One thing I don’t like about the book however is his statements on meal frequency and starvation mode. Research has proven that an increase in meal frequency does not promote greater weight loss [3]. However, this is a minor issue that can simply be ignored; or you can still follow it if you would like (there is no harm in an increased meal frequency).

Anyways, it’s quite possibly the best program ever written on weight loss and it has successfully taken many people through there first major stage of losing weight.

Click Here To Get Burn The Fat

Get Some Exercise

Exercise is the second most important thing we can do to ensure weight loss because it is a way to burn calories. There are many different ways you can exercise and some activities are more effective than others. If you don’t want to get into anything serious and want to mostly rely on your eating habits to lose weight, then do something you enjoy like going for a bike ride, a long walk, jog, swimming laps in the pool, etc.

If you really want to reap the rewards of exercise then I suggest doing a mix of cardio and weight training. I especially advise doing high intensity weight training because it provides the benefits of extra calories burned even while you are resting afterwards (during the muscle repair phase). In fact, resistance training was found to have a 66% increase in calories burned after exercise versus cardiovascular exercise [4].

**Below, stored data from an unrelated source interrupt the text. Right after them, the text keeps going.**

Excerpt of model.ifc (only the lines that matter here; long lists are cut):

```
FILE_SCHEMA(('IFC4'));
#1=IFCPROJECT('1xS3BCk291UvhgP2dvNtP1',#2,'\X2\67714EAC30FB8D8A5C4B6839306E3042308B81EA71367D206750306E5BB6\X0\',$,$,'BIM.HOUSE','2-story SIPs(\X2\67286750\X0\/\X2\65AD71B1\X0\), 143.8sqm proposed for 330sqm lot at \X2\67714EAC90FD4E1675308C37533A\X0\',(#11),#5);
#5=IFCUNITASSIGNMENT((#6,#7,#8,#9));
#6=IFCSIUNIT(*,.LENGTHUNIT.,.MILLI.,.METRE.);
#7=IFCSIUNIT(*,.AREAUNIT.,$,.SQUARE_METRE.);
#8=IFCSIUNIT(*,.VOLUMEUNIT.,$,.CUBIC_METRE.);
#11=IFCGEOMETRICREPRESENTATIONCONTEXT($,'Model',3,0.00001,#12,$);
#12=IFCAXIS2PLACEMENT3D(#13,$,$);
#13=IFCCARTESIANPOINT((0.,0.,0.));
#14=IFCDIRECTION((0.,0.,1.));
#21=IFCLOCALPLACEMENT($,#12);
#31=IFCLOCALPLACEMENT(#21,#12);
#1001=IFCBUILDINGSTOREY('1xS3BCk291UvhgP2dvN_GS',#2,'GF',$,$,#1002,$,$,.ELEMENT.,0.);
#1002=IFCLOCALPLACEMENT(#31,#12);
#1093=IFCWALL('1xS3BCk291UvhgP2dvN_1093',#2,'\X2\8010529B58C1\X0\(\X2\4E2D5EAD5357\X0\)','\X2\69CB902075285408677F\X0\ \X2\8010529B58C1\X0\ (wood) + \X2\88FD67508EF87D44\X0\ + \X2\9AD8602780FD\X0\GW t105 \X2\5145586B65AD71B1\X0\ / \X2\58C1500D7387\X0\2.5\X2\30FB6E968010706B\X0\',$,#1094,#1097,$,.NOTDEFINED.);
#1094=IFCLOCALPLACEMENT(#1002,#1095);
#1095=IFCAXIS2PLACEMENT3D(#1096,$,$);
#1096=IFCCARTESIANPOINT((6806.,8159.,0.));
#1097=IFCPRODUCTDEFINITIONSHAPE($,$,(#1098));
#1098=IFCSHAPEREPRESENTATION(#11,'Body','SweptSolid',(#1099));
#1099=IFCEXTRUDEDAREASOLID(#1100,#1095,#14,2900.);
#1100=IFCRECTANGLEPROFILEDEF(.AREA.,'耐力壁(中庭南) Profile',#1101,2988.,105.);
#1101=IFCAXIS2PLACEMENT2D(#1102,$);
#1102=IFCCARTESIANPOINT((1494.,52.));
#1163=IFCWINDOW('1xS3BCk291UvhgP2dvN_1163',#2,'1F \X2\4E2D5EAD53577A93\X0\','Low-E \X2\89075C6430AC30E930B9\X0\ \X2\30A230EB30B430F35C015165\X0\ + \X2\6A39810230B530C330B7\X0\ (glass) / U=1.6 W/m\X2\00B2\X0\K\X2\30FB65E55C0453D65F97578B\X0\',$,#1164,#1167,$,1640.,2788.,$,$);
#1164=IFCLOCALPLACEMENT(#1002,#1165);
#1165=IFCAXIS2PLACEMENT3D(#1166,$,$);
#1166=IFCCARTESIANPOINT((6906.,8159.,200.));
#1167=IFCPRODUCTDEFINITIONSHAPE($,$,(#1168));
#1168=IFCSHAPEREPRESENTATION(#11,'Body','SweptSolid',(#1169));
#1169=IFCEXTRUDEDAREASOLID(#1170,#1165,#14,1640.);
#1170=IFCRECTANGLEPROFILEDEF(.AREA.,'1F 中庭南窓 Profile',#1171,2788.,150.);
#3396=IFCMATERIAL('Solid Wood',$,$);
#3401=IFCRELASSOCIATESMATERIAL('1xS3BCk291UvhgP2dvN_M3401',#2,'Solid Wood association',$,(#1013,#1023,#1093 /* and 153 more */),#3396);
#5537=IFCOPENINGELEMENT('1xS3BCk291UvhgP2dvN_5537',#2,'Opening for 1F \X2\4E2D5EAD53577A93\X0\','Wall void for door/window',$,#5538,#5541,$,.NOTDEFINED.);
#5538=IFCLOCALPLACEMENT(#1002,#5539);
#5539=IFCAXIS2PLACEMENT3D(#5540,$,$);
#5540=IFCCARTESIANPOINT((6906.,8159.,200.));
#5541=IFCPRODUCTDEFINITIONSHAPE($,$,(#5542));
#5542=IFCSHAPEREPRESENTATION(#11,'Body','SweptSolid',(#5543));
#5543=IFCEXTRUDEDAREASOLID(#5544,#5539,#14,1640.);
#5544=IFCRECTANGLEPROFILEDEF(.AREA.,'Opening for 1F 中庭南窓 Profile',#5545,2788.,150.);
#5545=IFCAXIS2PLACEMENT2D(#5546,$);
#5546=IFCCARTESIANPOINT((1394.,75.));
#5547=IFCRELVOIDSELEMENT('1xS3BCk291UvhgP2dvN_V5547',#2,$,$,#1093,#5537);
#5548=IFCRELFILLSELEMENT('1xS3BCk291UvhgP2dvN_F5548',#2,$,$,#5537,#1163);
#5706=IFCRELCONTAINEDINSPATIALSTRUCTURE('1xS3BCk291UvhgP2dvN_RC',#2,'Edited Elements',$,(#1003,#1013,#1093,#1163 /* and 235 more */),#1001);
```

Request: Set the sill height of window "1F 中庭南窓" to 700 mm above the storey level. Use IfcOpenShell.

```python
import numpy as np
import ifcopenshell
import ifcopenshell.api.geometry
import ifcopenshell.geom
import ifcopenshell.util.element
import ifcopenshell.util.placement
import ifcopenshell.util.shape
import ifcopenshell.util.unit

model = ifcopenshell.open("model.ifc")
unit_scale = ifcopenshell.util.unit.calculate_unit_scale(model)

window = model.by_guid("1xS3BCk291UvhgP2dvN_1163")
opening = window.FillsVoids[0].RelatingOpeningElement
storey = ifcopenshell.util.element.get_container(window, ifc_class="IfcBuildingStorey")
level = ifcopenshell.util.placement.get_local_placement(storey.ObjectPlacement)[2, 3]

# The opening's origin need not be at the sill, so measure its lowest point.
shape = ifcopenshell.geom.create_shape(ifcopenshell.geom.settings(), opening)
bottom = ifcopenshell.util.shape.get_shape_bottom_elevation(shape, shape.geometry) / unit_scale
dz = level + 0.7 / unit_scale - bottom

shift = np.array([0.0, 0.0, dz])
# The window is not placed relative to its opening, so move both.
for product in (opening, window):
    matrix = ifcopenshell.util.placement.get_local_placement(product.ObjectPlacement)
    matrix[:3, 3] += shift
    ifcopenshell.api.geometry.edit_object_placement(model, product=product, matrix=matrix, is_si=False)

print(f"moved by {dz * unit_scale:+.3f} m")

model.write("model_updated.ifc")
```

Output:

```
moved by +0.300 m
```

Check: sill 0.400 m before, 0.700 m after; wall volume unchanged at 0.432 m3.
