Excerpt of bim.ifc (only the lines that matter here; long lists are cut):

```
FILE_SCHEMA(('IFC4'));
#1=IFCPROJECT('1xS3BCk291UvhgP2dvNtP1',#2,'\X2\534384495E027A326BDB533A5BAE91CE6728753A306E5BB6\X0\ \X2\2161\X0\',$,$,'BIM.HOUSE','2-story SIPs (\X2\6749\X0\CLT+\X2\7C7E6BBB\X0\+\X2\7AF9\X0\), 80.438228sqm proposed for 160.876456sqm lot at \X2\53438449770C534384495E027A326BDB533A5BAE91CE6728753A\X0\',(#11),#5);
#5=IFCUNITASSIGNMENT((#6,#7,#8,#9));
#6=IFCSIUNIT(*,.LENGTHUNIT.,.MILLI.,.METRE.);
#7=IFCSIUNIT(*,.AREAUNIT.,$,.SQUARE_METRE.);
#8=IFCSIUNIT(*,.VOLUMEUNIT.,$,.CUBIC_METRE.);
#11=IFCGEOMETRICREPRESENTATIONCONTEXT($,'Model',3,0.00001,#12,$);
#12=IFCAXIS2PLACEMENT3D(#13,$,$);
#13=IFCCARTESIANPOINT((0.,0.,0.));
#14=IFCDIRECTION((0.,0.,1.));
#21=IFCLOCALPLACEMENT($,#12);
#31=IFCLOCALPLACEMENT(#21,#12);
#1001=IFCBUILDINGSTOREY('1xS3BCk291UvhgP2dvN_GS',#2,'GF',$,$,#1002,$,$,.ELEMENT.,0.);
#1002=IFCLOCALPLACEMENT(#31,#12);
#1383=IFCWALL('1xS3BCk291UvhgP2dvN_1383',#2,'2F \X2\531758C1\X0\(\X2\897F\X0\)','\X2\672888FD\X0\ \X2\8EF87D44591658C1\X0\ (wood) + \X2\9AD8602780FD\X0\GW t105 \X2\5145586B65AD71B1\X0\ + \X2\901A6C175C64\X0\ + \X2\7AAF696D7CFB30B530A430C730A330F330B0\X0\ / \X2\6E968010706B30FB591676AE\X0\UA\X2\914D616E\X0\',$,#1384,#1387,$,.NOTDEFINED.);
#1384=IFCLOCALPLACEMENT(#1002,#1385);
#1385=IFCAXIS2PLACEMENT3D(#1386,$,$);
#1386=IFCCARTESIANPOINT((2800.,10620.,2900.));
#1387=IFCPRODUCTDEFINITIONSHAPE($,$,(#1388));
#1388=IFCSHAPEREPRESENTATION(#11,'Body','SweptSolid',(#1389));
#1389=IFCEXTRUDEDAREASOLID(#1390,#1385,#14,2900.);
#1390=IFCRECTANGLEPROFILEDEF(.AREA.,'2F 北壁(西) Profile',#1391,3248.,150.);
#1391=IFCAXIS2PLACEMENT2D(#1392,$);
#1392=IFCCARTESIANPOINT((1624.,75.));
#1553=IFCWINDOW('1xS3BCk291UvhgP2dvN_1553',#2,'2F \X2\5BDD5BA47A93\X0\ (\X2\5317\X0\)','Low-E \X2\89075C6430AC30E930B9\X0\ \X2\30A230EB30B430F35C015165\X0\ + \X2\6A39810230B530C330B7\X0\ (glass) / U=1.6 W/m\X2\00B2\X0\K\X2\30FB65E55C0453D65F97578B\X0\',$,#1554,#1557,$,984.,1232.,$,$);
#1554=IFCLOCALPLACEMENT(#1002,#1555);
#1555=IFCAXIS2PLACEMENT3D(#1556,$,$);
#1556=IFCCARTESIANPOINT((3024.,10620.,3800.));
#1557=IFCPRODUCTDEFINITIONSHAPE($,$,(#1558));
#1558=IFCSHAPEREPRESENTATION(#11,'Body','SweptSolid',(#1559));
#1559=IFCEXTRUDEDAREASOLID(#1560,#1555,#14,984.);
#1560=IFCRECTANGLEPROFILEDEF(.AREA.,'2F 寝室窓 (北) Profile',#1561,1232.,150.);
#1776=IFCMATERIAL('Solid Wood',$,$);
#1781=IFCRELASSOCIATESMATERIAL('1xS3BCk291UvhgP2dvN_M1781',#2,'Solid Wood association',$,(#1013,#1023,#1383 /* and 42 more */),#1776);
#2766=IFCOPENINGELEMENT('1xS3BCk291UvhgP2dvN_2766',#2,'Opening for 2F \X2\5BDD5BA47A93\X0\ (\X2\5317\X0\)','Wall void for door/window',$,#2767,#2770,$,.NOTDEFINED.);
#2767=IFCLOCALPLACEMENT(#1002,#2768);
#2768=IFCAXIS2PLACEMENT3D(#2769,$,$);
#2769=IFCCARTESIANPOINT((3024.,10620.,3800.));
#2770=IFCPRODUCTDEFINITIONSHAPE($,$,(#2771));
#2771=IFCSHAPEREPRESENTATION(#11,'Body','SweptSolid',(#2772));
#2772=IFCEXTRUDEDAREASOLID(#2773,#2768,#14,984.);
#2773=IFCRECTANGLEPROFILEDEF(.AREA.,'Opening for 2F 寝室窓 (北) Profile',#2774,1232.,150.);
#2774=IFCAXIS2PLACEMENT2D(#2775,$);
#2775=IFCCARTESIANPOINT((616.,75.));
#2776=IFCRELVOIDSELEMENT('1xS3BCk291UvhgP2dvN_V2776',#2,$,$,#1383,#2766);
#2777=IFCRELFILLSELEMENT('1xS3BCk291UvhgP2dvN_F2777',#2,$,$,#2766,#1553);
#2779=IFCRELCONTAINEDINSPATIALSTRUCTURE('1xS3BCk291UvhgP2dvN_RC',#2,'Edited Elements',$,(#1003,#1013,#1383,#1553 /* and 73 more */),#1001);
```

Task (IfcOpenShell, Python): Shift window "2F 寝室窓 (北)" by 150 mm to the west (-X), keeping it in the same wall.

```python
import ifcopenshell
import ifcopenshell.api.geometry
import ifcopenshell.util.placement

model = ifcopenshell.open("bim.ifc")

window = model.by_guid("1xS3BCk291UvhgP2dvN_1553")
opening = window.FillsVoids[0].RelatingOpeningElement
wall = opening.VoidsElements[0].RelatingBuildingElement

wall_matrix = ifcopenshell.util.placement.get_local_placement(wall.ObjectPlacement)
shift = wall_matrix[:3, 0] * -150.0
before = ifcopenshell.util.placement.get_local_placement(window.ObjectPlacement)[:3, 3].copy()

# The window is not placed relative to its opening, so move both.
for product in (opening, window):
    matrix = ifcopenshell.util.placement.get_local_placement(product.ObjectPlacement)
    matrix[:3, 3] += shift
    ifcopenshell.api.geometry.edit_object_placement(model, product=product, matrix=matrix, is_si=False)

after = ifcopenshell.util.placement.get_local_placement(window.ObjectPlacement)[:3, 3]
print("window moved by", (after - before).round(3) + 0.0)

model.write("bim_updated.ifc")
```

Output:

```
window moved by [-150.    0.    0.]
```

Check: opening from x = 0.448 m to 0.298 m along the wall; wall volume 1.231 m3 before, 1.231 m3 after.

Weight training also allows you to really get toned and look healthier overall. Just make sure you keep in mind that muscle weighs more than fat when you are weighing yourself. A more accurate way to measure fat loss would be by measuring your bodyfat with calipers or by taking progress pictures over a period of a few weeks and comparing them.

Final Note

By following these suggestions you should never again utter the words “why can I not lose weight?” Once you get the principles mentioned in this articles down you can finally say “bye bye” to those stressful, overly restrictive diets that the commercial world throws in our faces on a daily basis.


1. Smith CF, et al. Flexible vs. Rigid dieting strategies: relationship with adverse behavioral outcomes. Appetite. 1999 Jun;32(3):295-305.
2. Stewart TM, et al. Rigid vs. flexible dieting: association with eating disorder symptoms in nonobese women. Appetite. 2002 Feb;38(1):39-44.
3. Cameron JD, Cyr MJ, Doucet E., et al. Increased meal frequency does not promote greater weight loss in subjects who were prescribed an 8-week equi-energetic energy-restricted diet. [http://www.ncbi.nlm.nih.gov/pubmed/19943985]
4. Elliot, D.L., Goldberg, L., & Kuehl, K.S. 1992. Effect of resistance training on excess post-exercise oxygen consumption. Journal of Applied Sport Science Research, 6 (2), 77–81.